As shown above, in the case of 40GB, the cache hit rate is close to 99%, and most of the workload data is available in the cache, so the latency is much lower. Compared to 1TB datasets, because HFile data must be accessed from HDFS storage, the cache hit ratio is about 85%.

In the case of 40G, the average latency and 99 latency of Workload C, which returns 99% data from the warm-up cache, is about 2-4 ms. In the case of 1TB, the 99th percentile delay of the same Workload C is approximately 100ms for Workload C (read-only workload).

This indicates that the cache hit from the block cache on the heap returns a read within about 2 ms, and that it may take about 100 ms for the cache miss and to get the record from the HDFS.

Suggestion

When running the YCSB benchmark, the size of the dataset can have a significant impact on the performance results, so it is important to resize the test appropriately. At the same time, looking at the cache hit ratio and the delay difference between the minimum delay and the 99th delay will help you find the cache hit latency compared to accessing data from the underlying storage in the cluster.

Be careful

To check the cache hit ratio of workloads on a regional server, use the following command

Curl http://:22102/jmx | grep-e l1CacheHitRatio-e l2CacheHitRatio

You can also follow these steps to view the cache hit ratio from HBase Web UI:

In HBase Web UI, click Zone Server

Under the Block Cache section, select L1 (or L2 if L2 is configured) to view the cache hit ratio.

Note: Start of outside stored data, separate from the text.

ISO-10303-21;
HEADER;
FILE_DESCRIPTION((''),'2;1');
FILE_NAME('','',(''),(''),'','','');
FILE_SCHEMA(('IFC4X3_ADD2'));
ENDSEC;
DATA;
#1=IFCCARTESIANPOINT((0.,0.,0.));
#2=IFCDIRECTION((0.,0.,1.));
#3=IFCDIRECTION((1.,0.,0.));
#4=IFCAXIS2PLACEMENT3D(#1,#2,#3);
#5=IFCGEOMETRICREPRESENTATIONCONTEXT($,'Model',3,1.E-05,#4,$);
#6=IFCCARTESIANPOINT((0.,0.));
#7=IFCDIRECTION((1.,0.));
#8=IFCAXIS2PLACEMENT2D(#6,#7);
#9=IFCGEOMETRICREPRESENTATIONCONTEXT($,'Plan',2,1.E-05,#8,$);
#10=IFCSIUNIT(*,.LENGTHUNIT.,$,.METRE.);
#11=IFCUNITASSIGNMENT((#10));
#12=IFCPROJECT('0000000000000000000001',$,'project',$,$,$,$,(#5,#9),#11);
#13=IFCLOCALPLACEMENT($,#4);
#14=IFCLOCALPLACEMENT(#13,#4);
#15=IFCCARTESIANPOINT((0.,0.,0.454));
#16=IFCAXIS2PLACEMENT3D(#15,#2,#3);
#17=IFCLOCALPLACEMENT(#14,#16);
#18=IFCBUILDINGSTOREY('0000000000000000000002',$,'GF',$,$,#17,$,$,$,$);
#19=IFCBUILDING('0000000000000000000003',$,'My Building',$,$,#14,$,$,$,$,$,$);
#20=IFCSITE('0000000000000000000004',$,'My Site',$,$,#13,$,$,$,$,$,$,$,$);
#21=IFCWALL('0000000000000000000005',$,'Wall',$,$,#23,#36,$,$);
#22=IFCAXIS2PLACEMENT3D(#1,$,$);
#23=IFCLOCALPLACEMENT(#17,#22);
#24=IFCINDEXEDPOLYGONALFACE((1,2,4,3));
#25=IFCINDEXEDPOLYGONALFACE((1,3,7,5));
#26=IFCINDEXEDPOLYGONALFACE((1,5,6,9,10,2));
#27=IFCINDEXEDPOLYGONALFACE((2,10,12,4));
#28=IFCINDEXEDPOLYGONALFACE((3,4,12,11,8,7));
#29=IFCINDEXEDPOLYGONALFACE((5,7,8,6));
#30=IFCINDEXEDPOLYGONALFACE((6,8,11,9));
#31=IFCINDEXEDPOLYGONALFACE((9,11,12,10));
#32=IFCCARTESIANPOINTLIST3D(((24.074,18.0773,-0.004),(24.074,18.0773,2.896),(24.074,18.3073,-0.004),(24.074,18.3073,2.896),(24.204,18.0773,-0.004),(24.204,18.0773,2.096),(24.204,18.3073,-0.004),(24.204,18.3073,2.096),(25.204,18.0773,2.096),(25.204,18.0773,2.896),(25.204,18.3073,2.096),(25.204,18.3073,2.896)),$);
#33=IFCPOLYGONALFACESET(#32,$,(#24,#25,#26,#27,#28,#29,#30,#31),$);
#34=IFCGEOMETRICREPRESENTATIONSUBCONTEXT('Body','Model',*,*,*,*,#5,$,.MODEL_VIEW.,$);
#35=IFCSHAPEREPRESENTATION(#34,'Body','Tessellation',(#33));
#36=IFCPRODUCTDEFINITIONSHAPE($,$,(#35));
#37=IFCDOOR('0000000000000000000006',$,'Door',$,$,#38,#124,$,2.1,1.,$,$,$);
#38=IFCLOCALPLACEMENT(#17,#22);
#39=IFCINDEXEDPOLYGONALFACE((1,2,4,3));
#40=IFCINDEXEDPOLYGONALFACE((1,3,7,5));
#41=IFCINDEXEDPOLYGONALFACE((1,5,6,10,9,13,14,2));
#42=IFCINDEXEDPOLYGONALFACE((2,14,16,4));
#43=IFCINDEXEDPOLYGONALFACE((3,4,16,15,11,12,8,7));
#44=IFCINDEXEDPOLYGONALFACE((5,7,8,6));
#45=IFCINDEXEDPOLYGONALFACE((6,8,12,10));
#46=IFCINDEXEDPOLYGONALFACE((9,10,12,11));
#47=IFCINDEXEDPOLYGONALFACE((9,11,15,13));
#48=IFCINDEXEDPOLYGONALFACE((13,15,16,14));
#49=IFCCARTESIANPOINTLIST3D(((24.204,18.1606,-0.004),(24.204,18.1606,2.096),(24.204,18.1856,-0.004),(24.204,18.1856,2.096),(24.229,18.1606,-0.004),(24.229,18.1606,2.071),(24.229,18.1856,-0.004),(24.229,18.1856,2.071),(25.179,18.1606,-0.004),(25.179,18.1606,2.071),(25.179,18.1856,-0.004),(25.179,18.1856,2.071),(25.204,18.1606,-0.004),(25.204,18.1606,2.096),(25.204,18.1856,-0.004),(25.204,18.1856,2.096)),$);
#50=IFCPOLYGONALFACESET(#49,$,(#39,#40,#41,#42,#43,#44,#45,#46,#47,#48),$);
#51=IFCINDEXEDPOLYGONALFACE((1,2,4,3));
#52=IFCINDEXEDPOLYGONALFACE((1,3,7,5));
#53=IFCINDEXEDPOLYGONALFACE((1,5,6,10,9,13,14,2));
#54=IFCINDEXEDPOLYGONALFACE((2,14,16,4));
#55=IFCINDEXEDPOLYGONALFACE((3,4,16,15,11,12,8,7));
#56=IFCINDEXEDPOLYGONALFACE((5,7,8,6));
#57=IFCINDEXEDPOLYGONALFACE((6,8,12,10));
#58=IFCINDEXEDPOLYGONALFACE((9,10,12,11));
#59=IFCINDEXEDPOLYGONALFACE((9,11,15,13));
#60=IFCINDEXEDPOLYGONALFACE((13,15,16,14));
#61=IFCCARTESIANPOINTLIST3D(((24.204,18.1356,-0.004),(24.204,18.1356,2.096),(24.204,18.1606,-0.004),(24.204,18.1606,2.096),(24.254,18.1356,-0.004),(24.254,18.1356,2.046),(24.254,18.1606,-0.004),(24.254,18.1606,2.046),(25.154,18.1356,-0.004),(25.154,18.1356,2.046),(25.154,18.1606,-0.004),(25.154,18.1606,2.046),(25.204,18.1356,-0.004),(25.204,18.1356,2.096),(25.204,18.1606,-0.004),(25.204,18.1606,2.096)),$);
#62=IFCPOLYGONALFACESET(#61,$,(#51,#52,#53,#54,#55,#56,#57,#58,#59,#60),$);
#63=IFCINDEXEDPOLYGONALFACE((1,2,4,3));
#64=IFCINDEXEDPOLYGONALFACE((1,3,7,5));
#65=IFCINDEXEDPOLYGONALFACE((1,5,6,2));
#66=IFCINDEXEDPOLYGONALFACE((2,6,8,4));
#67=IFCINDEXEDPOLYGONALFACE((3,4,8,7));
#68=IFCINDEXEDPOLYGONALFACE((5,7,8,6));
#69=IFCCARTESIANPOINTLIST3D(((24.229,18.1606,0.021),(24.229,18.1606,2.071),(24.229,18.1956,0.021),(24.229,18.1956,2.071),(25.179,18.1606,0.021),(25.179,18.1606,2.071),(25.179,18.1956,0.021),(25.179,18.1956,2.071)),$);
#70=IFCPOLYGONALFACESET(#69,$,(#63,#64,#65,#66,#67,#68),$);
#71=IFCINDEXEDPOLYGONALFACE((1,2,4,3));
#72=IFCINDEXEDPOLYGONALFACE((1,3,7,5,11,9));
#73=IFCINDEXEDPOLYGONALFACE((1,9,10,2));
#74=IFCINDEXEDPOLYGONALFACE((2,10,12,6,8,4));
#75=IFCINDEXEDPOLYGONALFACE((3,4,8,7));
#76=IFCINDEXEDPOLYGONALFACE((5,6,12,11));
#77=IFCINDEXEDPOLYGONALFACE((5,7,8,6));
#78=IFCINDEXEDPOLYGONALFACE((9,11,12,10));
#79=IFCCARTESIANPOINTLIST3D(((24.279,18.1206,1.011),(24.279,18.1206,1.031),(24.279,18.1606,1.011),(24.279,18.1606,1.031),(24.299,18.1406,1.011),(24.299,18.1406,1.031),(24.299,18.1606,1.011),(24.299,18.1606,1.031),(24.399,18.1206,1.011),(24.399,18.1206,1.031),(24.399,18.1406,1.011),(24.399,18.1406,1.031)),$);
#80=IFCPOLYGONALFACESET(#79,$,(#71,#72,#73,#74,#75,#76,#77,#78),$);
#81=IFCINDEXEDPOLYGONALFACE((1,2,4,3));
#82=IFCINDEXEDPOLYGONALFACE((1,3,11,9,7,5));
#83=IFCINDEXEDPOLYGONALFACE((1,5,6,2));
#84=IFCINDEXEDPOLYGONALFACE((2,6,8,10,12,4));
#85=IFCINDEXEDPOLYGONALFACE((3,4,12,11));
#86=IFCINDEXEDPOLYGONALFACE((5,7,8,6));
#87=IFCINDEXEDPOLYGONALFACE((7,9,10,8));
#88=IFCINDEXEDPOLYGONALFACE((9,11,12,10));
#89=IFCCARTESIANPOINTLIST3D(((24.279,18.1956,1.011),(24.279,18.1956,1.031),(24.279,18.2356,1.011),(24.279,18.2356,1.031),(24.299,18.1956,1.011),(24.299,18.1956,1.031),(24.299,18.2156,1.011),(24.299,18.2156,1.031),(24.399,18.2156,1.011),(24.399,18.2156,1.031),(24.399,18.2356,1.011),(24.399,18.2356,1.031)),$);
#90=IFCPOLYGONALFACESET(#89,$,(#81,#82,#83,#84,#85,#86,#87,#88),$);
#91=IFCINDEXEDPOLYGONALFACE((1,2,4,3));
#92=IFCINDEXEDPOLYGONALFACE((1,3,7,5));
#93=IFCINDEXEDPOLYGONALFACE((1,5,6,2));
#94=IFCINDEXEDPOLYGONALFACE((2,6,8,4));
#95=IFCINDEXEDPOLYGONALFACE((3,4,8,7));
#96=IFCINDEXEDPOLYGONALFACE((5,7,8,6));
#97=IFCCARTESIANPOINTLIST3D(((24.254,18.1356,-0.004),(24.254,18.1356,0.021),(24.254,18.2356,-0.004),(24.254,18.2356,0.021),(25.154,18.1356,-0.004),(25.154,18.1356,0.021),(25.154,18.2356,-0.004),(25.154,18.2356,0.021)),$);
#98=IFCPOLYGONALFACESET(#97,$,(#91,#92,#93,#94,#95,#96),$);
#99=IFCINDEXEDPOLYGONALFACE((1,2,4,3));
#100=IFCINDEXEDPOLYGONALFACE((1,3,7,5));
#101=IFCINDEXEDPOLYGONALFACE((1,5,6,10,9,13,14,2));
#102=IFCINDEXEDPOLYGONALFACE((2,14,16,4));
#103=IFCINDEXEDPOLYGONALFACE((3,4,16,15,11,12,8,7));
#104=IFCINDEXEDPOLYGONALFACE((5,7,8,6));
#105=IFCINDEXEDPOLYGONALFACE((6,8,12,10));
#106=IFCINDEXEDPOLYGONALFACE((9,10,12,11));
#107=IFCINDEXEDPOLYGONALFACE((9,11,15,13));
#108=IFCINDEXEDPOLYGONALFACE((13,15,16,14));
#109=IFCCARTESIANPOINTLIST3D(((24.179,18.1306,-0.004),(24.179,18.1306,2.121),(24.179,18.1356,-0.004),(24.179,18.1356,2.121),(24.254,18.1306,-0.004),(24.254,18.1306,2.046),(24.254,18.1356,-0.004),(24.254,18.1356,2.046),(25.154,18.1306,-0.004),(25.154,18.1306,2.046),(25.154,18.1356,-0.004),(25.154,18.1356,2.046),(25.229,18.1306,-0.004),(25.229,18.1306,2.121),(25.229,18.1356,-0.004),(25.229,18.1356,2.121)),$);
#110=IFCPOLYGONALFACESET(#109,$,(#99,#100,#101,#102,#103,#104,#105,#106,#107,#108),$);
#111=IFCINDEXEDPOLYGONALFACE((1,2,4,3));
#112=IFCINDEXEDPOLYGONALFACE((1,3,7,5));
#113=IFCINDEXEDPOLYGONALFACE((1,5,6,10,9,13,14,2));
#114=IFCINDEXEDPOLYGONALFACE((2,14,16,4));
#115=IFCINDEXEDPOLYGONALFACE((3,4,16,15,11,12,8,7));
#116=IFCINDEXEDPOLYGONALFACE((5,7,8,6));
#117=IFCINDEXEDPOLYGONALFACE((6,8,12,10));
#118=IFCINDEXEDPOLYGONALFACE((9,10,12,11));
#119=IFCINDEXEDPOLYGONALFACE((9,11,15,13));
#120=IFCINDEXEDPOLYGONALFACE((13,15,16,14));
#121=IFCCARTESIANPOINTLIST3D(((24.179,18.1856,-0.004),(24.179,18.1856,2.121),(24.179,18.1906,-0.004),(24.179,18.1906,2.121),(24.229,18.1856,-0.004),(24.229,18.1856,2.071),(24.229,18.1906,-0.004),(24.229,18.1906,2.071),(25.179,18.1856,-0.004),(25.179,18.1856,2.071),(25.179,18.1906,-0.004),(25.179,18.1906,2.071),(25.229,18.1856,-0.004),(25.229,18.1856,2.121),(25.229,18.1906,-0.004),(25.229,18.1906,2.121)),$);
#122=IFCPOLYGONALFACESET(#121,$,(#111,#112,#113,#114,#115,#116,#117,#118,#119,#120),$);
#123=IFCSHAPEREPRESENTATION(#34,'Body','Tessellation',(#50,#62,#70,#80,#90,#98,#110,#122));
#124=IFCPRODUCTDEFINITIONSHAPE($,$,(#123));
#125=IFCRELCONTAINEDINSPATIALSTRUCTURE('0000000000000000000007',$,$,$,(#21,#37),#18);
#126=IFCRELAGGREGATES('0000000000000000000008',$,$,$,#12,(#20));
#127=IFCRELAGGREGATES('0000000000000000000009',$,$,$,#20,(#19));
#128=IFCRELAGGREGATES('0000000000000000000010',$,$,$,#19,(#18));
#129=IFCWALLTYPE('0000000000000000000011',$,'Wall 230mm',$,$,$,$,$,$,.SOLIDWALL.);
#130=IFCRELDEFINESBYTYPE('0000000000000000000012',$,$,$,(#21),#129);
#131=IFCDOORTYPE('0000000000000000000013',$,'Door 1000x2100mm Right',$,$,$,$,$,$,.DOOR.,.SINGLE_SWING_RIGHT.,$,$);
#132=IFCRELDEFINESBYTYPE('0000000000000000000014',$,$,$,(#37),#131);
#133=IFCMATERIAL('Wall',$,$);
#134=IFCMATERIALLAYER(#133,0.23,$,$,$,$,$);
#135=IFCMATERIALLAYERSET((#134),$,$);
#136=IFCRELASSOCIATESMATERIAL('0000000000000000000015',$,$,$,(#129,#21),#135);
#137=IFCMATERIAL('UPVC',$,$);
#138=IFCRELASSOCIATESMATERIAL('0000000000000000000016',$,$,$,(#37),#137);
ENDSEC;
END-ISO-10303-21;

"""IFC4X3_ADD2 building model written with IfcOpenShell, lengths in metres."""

from ifc_helpers import new_model, entity, si_unit, frame, origin_with_axes, origin_2d_with_axis, place, context, subcontext, project, spatial, line, indexed_curve, outline, extrude, shape, source, transform, mapped, material, layer, layer_set, layer_usage, type_object, type_shapes, element, fill, save


model = new_model("IFC4X3_ADD2")

# Units and contexts
model_context = context("Model", 3, precision=1e-05, world=origin_with_axes())
plan_context = context("Plan", 2, precision=1e-05, world=origin_2d_with_axis())
body_context_1 = subcontext(model_context, "Body", "Model", "MODEL_VIEW")
body_context_2 = subcontext(plan_context, "Body", "Plan", "PLAN_VIEW")
ifc_project = project(units=[si_unit("LENGTHUNIT", "METRE")], contexts=[model_context, plan_context])

# Site, building, storey
site_placement = place(None, origin_with_axes())
site = spatial("IfcSite", under=ifc_project, at=site_placement, Name="My Site")
building_placement = place(site_placement, origin_with_axes())
building = spatial("IfcBuilding", under=site, at=building_placement, Name="My Building")
storey_placement = place(building_placement, frame((0.0, 0.0, 0.454), z_axis=(0.0, 0.0, 1.0), x_axis=(1.0, 0.0, 0.0)))
storey = spatial("IfcBuildingStorey", under=building, at=storey_placement, Name="GF")

# Shared definitions
ifc_material_1 = material(Name="Wall")
ifc_layer = layer(ifc_material_1, 0.23)
ifc_layer_set = layer_set([ifc_layer])
wall_type = type_object("IfcWallType", Name="Wall 230mm", PredefinedType="SOLIDWALL", material=ifc_layer_set)

# Shared definitions
shared_shape_1 = source(origin_with_axes(), body_context_1, "Body", "SweptSolid", [
    extrude(outline(indexed_curve([(0.0, 0.0), (1.0, 0.0), (1.0, 2.1), (0.0, 2.1)], segments=[line(1, 2, 3, 4, 1)])), frame((0.0, -0.6, 0.0), z_axis=(0.0, -1.0, 0.0), x_axis=(1.0, 0.0, 0.0)), (0.0, 0.0, -1.0), 1.2),
])
ifc_material_2 = material(Name="UPVC")
door_type_1 = type_object("IfcDoorType", Name="Door 1000x2100mm Right", OperationType="SINGLE_SWING_RIGHT", PredefinedType="DOOR")
shared_shape_2 = source(origin_with_axes(), body_context_1, "Body", "SweptSolid", [
    extrude(outline(indexed_curve([(0.0, 0.0), (0.0, 2.1), (1.0, 2.1), (1.0, 0.0), (0.975, 0.0), (0.975, 2.075), (0.025, 2.075), (0.025, 0.0)], segments=[line(1, 2, 3, 4, 5, 6, 7, 8, 1)])), frame((0.0, 0.025, 0.0), z_axis=(0.0, -1.0, 0.0), x_axis=(1.0, 0.0, 0.0)), (0.0, 0.0, -1.0), 0.025),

The screenshot shows the cache hit ratio from the L1 block cache, as follows:

This is the link https://docs.cloudera.com/runtime/7.2.2/configuring-hbase/topics/hbase-blockcache.html to more information about the HBase screenshot and block cache shown above

Thank you for reading! This is the end of this article on "how to use YCSB for HBase performance testing". I hope the above content can be of some help to you, so that you can learn more knowledge. if you think the article is good, you can share it for more people to see!

Welcome to subscribe "Shulou Technology Information " to get latest news, interesting things and hot topics in the IT industry, and controls the hottest and latest Internet news, technology news and IT industry trends.

*The comments in the above article only represent the author's personal views and do not represent the views and positions of this website. If you have more insights, please feel free to contribute and share.